- EXERCISE DETAILS -
Set down every record once more, exactly as given.

--- START ---

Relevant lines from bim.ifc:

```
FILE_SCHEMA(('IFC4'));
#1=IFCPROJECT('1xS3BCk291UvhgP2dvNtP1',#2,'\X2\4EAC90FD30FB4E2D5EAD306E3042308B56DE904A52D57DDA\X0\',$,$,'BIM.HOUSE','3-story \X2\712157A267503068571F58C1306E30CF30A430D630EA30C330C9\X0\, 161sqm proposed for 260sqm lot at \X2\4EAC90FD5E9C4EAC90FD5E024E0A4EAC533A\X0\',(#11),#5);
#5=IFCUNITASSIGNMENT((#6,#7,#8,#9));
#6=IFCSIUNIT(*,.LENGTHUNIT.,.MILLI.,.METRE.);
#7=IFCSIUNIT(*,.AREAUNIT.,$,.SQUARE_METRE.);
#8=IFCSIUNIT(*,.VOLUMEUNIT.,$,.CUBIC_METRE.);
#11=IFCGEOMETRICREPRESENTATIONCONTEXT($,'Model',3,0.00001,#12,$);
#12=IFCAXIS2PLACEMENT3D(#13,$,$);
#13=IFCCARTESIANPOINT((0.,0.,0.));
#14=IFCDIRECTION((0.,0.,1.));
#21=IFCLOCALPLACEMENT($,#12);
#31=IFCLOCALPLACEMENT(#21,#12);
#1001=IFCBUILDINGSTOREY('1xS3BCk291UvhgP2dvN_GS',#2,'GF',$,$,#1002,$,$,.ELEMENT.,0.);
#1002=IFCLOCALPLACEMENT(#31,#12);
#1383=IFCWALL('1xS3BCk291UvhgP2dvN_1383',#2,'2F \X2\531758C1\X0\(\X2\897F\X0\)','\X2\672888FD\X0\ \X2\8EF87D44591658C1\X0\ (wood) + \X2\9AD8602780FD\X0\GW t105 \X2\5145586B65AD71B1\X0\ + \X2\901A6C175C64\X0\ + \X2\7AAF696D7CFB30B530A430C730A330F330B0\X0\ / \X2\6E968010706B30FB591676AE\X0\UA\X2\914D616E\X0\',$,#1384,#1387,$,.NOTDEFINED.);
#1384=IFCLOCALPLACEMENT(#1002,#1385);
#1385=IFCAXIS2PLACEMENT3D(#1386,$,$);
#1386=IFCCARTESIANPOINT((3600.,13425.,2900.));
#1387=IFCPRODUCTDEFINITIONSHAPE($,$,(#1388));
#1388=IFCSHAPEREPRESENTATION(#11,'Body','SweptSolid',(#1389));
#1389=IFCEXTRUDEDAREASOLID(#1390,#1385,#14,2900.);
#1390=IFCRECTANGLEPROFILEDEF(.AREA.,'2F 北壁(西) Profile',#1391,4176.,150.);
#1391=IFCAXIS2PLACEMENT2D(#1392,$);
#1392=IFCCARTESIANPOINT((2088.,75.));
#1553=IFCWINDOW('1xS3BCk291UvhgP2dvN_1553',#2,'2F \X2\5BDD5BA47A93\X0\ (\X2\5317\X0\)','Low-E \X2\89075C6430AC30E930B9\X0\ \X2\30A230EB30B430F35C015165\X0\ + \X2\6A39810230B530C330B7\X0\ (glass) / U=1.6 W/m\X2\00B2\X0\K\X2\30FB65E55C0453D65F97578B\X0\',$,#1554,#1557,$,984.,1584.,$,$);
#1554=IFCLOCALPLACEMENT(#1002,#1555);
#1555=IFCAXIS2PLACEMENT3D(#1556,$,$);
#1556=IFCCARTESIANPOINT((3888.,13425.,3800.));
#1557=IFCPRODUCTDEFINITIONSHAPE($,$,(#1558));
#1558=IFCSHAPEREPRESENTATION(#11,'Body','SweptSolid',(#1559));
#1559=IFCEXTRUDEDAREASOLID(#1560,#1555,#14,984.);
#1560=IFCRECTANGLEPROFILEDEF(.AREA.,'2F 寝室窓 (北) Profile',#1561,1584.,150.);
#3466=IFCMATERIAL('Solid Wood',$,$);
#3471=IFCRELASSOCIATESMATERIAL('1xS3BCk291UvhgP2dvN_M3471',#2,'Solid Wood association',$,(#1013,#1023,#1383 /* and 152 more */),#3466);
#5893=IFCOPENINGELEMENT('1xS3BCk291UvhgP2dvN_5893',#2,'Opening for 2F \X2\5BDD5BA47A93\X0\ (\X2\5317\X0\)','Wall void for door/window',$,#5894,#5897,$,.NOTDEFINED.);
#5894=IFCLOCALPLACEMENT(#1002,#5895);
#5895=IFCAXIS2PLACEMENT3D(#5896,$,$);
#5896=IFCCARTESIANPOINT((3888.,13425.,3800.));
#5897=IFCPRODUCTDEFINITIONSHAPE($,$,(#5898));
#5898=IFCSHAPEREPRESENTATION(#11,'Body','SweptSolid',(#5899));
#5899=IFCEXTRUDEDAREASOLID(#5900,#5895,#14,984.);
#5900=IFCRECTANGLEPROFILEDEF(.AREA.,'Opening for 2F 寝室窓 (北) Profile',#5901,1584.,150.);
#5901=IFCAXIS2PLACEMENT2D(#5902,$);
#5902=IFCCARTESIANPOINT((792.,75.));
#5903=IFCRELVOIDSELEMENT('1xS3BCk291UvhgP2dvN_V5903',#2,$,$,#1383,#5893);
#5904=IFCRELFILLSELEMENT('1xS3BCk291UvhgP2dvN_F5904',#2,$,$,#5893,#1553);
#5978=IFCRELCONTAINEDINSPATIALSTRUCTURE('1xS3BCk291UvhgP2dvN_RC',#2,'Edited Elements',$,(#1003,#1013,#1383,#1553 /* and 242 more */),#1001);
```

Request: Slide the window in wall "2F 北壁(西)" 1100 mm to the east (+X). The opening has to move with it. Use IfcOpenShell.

```python
import ifcopenshell
import ifcopenshell.api.geometry
import ifcopenshell.util.placement
import ifcopenshell.util.unit

model = ifcopenshell.open("bim.ifc")
unit_scale = ifcopenshell.util.unit.calculate_unit_scale(model)

window = model.by_guid("1xS3BCk291UvhgP2dvN_1553")
opening = window.FillsVoids[0].RelatingOpeningElement
wall = opening.VoidsElements[0].RelatingBuildingElement

wall_matrix = ifcopenshell.util.placement.get_local_placement(wall.ObjectPlacement)
shift = wall_matrix[:3, 0] * 1.1 / unit_scale
before = ifcopenshell.util.placement.get_local_placement(window.ObjectPlacement)[:3, 3].copy()

# The window is not placed relative to its opening, so move both.
for product in (opening, window):
    matrix = ifcopenshell.util.placement.get_local_placement(product.ObjectPlacement)
    matrix[:3, 3] += shift
    ifcopenshell.api.geometry.edit_object_placement(model, product=product, matrix=matrix, is_si=False)

after = ifcopenshell.util.placement.get_local_placement(window.ObjectPlacement)[:3, 3]
print("window moved by", (after - before).round(3) + 0.0)

model.write("bim_edited.ifc")
```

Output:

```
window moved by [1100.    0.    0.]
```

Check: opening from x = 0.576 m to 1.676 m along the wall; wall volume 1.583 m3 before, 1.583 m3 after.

--- END ---

- RESPONSE AREA -
Relevant lines from bim.ifc:

```
FILE_SCHEMA(('IFC4'));
#1=IFCPROJECT('1xS3BCk291UvhgP2dvNtP1',#2,'\X2\4EAC90FD30FB4E2D5EAD306E3042308B56DE904A52D57DDA\X0\',$,$,'BIM.HOUSE','3-story \X2\712157A267503068571F58C1306E30CF30A430D630EA30C330C9\X0\, 161sqm proposed for 260sqm lot at \X2\4EAC90FD5E9C4EAC90FD5E024E0A4EAC533A\X0\',(#11),#5);
#5=IFCUNITASSIGNMENT((#6,#7,#8,#9));
#6=IFCSIUNIT(*,.LENGTHUNIT.,.MILLI.,.METRE.);
#7=IFCSIUNIT(*,.AREAUNIT.,$,.SQUARE_METRE.);
#8=IFCSIUNIT(*,.VOLUMEUNIT.,$,.CUBIC_METRE.);
#11=IFCGEOMETRICREPRESENTATIONCONTEXT($,'Model',3,0.00001,#12,$);
#12=IFCAXIS2PLACEMENT3D(#13,$,$);
#13=IFCCARTESIANPOINT((0.,0.,0.));
#14=IFCDIRECTION((0.,0.,1.));
#21=IFCLOCALPLACEMENT($,#12);
#31=IFCLOCALPLACEMENT(#21,#12);
#1001=IFCBUILDINGSTOREY('1xS3BCk291UvhgP2dvN_GS',#2,'GF',$,$,#1002,$,$,.ELEMENT.,0.);
#1002=IFCLOCALPLACEMENT(#31,#12);
#1383=IFCWALL('1xS3BCk291UvhgP2dvN_1383',#2,'2F \X2\531758C1\X0\(\X2\897F\X0\)','\X2\672888FD\X0\ \X2\8EF87D44591658C1\X0\ (wood) + \X2\9AD8602780FD\X0\GW t105 \X2\5145586B65AD71B1\X0\ + \X2\901A6C175C64\X0\ + \X2\7AAF696D7CFB30B530A430C730A330F330B0\X0\ / \X2\6E968010706B30FB591676AE\X0\UA\X2\914D616E\X0\',$,#1384,#1387,$,.NOTDEFINED.);
#1384=IFCLOCALPLACEMENT(#1002,#1385);
#1385=IFCAXIS2PLACEMENT3D(#1386,$,$);
#1386=IFCCARTESIANPOINT((3600.,13425.,2900.));
#1387=IFCPRODUCTDEFINITIONSHAPE($,$,(#1388));
#1388=IFCSHAPEREPRESENTATION(#11,'Body','SweptSolid',(#1389));
#1389=IFCEXTRUDEDAREASOLID(#1390,#1385,#14,2900.);
#1390=IFCRECTANGLEPROFILEDEF(.AREA.,'2F 北壁(西) Profile',#1391,4176.,150.);
#1391=IFCAXIS2PLACEMENT2D(#1392,$);
#1392=IFCCARTESIANPOINT((2088.,75.));
#1553=IFCWINDOW('1xS3BCk291UvhgP2dvN_1553',#2,'2F \X2\5BDD5BA47A93\X0\ (\X2\5317\X0\)','Low-E \X2\89075C6430AC30E930B9\X0\ \X2\30A230EB30B430F35C015165\X0\ + \X2\6A39810230B530C330B7\X0\ (glass) / U=1.6 W/m\X2\00B2\X0\K\X2\30FB65E55C0453D65F97578B\X0\',$,#1554,#1557,$,984.,1584.,$,$);
#1554=IFCLOCALPLACEMENT(#1002,#1555);
#1555=IFCAXIS2PLACEMENT3D(#1556,$,$);
#1556=IFCCARTESIANPOINT((3888.,13425.,3800.));
#1557=IFCPRODUCTDEFINITIONSHAPE($,$,(#1558));
#1558=IFCSHAPEREPRESENTATION(#11,'Body','SweptSolid',(#1559));
#1559=IFCEXTRUDEDAREASOLID(#1560,#1555,#14,984.);
#1560=IFCRECTANGLEPROFILEDEF(.AREA.,'2F 寝室窓 (北) Profile',#1561,1584.,150.);
#3466=IFCMATERIAL('Solid Wood',$,$);
#3471=IFCRELASSOCIATESMATERIAL('1xS3BCk291UvhgP2dvN_M3471',#2,'Solid Wood association',$,(#1013,#1023,#1383 /* and 152 more */),#3466);
#5893=IFCOPENINGELEMENT('1xS3BCk291UvhgP2dvN_5893',#2,'Opening for 2F \X2\5BDD5BA47A93\X0\ (\X2\5317\X0\)','Wall void for door/window',$,#5894,#5897,$,.NOTDEFINED.);
#5894=IFCLOCALPLACEMENT(#1002,#5895);
#5895=IFCAXIS2PLACEMENT3D(#5896,$,$);
#5896=IFCCARTESIANPOINT((3888.,13425.,3800.));
#5897=IFCPRODUCTDEFINITIONSHAPE($,$,(#5898));
#5898=IFCSHAPEREPRESENTATION(#11,'Body','SweptSolid',(#5899));
#5899=IFCEXTRUDEDAREASOLID(#5900,#5895,#14,984.);
#5900=IFCRECTANGLEPROFILEDEF(.AREA.,'Opening for 2F 寝室窓 (北) Profile',#5901,1584.,150.);
#5901=IFCAXIS2PLACEMENT2D(#5902,$);
#5902=IFCCARTESIANPOINT((792.,75.));
#5903=IFCRELVOIDSELEMENT('1xS3BCk291UvhgP2dvN_V5903',#2,$,$,#1383,#5893);
#5904=IFCRELFILLSELEMENT('1xS3BCk291UvhgP2dvN_F5904',#2,$,$,#5893,#1553);
#5978=IFCRELCONTAINEDINSPATIALSTRUCTURE('1xS3BCk291UvhgP2dvN_RC',#2,'Edited Elements',$,(#1003,#1013,#1383,#1553 /* and 242 more */),#1001);
```

Request: Slide the window in wall "2F 北壁(西)" 1100 mm to the east (+X). The opening has to move with it. Use IfcOpenShell.

```python
import ifcopenshell
import ifcopenshell.api.geometry
import ifcopenshell.util.placement
import ifcopenshell.util.unit

model = ifcopenshell.open("bim.ifc")
unit_scale = ifcopenshell.util.unit.calculate_unit_scale(model)

window = model.by_guid("1xS3BCk291UvhgP2dvN_1553")
opening = window.FillsVoids[0].RelatingOpeningElement
wall = opening.VoidsElements[0].RelatingBuildingElement

wall_matrix = ifcopenshell.util.placement.get_local_placement(wall.ObjectPlacement)
shift = wall_matrix[:3, 0] * 1.1 / unit_scale
before = ifcopenshell.util.placement.get_local_placement(window.ObjectPlacement)[:3, 3].copy()

# The window is not placed relative to its opening, so move both.
for product in (opening, window):
    matrix = ifcopenshell.util.placement.get_local_placement(product.ObjectPlacement)
    matrix[:3, 3] += shift
    ifcopenshell.api.geometry.edit_object_placement(model, product=product, matrix=matrix, is_si=False)

after = ifcopenshell.util.placement.get_local_placement(window.ObjectPlacement)[:3, 3]
print("window moved by", (after - before).round(3) + 0.0)

model.write("bim_edited.ifc")
```

Output:

```
window moved by [1100.    0.    0.]
```

Check: opening from x = 0.576 m to 1.676 m along the wall; wall volume 1.583 m3 before, 1.583 m3 after.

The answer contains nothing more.